## [EXERCISE AIM]
Two lines below mark the span: the one containing "storey_placement = place(building_placement, origin())" and the one containing "frame((1750.0, 1000.0, 2900.0)))". Set down both, plus every line between, exactly as they stand, and nothing else.
** Opening PROVIDED DATA block **
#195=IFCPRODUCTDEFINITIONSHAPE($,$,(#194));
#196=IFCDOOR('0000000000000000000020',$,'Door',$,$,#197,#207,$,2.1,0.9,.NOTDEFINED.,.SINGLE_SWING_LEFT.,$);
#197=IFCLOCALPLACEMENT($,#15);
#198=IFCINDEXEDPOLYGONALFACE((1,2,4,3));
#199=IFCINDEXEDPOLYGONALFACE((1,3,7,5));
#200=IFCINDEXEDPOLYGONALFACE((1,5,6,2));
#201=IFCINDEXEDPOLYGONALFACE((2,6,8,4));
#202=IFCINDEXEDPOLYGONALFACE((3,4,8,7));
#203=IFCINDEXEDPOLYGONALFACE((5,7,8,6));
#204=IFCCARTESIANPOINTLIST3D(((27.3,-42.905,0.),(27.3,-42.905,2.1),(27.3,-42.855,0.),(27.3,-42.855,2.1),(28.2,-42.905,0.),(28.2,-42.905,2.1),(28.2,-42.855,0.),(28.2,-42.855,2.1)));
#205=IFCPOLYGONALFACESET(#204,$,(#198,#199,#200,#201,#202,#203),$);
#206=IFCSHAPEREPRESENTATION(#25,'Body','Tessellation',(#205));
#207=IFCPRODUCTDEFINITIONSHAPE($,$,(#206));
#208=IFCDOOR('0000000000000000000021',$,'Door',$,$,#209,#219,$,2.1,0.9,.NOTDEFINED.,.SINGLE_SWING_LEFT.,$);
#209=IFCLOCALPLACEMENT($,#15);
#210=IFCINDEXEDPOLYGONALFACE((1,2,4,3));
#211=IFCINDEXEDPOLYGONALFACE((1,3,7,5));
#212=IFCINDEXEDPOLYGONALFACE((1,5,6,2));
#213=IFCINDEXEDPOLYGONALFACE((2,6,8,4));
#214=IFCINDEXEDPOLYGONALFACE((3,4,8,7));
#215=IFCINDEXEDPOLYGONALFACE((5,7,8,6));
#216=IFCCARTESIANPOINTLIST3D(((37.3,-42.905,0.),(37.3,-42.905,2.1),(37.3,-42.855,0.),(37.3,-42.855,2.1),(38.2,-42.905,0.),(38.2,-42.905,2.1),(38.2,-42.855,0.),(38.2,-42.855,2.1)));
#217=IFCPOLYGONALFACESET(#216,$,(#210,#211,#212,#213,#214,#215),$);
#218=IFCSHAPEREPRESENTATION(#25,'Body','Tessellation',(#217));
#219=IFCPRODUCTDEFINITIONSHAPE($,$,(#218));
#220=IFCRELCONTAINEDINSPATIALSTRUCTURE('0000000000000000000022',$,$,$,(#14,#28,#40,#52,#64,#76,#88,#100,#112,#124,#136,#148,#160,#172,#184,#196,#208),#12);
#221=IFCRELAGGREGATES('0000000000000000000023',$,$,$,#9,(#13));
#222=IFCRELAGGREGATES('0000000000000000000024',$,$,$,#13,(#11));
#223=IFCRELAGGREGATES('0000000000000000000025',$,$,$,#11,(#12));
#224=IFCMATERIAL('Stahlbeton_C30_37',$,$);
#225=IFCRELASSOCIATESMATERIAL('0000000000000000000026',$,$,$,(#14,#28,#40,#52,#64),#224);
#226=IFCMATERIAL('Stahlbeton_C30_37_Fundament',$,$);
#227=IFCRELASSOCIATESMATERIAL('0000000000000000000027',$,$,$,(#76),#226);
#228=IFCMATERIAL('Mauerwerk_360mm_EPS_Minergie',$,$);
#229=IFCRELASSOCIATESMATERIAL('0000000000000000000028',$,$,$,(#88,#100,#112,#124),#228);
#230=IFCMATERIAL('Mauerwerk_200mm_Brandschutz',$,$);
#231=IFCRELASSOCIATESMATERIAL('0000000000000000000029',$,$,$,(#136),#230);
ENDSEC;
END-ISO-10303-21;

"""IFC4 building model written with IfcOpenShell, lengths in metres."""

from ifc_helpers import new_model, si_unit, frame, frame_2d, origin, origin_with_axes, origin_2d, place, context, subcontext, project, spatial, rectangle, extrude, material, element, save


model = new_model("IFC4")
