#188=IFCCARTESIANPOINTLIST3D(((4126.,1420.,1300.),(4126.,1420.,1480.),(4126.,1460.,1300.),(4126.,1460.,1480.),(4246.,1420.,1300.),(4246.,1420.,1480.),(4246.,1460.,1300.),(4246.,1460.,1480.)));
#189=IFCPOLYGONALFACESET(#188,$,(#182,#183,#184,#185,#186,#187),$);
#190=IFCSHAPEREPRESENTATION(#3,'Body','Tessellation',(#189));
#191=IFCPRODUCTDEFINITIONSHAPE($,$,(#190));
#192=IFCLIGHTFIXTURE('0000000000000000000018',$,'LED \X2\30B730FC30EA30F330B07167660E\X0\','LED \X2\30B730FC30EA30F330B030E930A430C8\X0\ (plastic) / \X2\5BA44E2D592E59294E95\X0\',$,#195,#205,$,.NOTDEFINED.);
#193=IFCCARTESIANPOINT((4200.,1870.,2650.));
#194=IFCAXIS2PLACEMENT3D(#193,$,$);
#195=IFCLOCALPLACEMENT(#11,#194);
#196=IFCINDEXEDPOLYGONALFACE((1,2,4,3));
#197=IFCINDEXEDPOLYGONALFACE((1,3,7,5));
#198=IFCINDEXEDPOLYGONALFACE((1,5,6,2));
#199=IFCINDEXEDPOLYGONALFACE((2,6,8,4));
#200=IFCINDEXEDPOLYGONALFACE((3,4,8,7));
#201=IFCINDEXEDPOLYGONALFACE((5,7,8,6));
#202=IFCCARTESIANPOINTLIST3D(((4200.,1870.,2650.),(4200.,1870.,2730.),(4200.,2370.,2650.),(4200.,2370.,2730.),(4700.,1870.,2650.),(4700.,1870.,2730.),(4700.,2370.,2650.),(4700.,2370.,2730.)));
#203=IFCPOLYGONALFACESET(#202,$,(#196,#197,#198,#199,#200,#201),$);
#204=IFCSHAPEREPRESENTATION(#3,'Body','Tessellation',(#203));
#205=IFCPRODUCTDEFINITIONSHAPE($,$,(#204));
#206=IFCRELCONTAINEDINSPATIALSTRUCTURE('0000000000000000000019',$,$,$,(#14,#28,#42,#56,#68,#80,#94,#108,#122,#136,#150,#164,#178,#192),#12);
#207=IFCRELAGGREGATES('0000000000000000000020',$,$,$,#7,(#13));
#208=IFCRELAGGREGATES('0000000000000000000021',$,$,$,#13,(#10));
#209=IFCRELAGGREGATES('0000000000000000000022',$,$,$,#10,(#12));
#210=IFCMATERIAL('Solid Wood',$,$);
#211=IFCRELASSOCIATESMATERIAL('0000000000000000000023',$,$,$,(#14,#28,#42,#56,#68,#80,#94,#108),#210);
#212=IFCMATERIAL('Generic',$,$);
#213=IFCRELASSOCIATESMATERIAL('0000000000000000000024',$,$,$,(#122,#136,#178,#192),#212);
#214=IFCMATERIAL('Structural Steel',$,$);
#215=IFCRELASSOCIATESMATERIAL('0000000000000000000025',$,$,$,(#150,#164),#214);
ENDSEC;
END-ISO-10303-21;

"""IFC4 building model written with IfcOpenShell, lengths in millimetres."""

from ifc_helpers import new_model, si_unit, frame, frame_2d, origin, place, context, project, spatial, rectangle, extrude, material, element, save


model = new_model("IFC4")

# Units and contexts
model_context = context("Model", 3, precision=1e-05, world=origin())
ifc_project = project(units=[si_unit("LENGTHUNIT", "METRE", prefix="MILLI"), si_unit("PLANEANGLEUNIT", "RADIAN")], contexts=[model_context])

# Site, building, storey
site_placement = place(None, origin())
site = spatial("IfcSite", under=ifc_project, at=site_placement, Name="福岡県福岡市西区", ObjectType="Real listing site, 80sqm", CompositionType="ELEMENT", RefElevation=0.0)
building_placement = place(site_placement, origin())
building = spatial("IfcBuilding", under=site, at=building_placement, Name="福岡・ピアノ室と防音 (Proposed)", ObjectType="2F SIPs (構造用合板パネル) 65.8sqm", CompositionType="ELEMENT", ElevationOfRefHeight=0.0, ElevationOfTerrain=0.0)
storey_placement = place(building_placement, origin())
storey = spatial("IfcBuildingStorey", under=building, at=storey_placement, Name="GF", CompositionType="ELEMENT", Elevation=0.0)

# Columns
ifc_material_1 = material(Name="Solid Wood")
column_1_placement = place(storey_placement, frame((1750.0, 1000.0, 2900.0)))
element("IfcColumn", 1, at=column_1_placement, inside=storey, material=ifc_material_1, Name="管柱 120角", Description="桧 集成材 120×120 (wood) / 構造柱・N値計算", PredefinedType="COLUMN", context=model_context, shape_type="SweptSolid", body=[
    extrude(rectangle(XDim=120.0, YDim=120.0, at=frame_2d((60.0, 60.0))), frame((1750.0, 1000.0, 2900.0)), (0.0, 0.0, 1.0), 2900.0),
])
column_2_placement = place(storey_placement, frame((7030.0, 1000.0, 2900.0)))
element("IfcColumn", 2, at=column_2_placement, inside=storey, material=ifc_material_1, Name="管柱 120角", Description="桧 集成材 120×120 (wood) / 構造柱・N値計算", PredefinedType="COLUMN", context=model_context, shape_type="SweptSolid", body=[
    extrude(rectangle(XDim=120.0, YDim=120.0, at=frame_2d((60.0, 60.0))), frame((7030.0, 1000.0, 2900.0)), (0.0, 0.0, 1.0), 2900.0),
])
** Closing PROVIDED DATA block **
## [EXPECTED ANSWER]
storey_placement = place(building_placement, origin())
storey = spatial("IfcBuildingStorey", under=building, at=storey_placement, Name="GF", CompositionType="ELEMENT", Elevation=0.0)

# Columns
ifc_material_1 = material(Name="Solid Wood")
column_1_placement = place(storey_placement, frame((1750.0, 1000.0, 2900.0)))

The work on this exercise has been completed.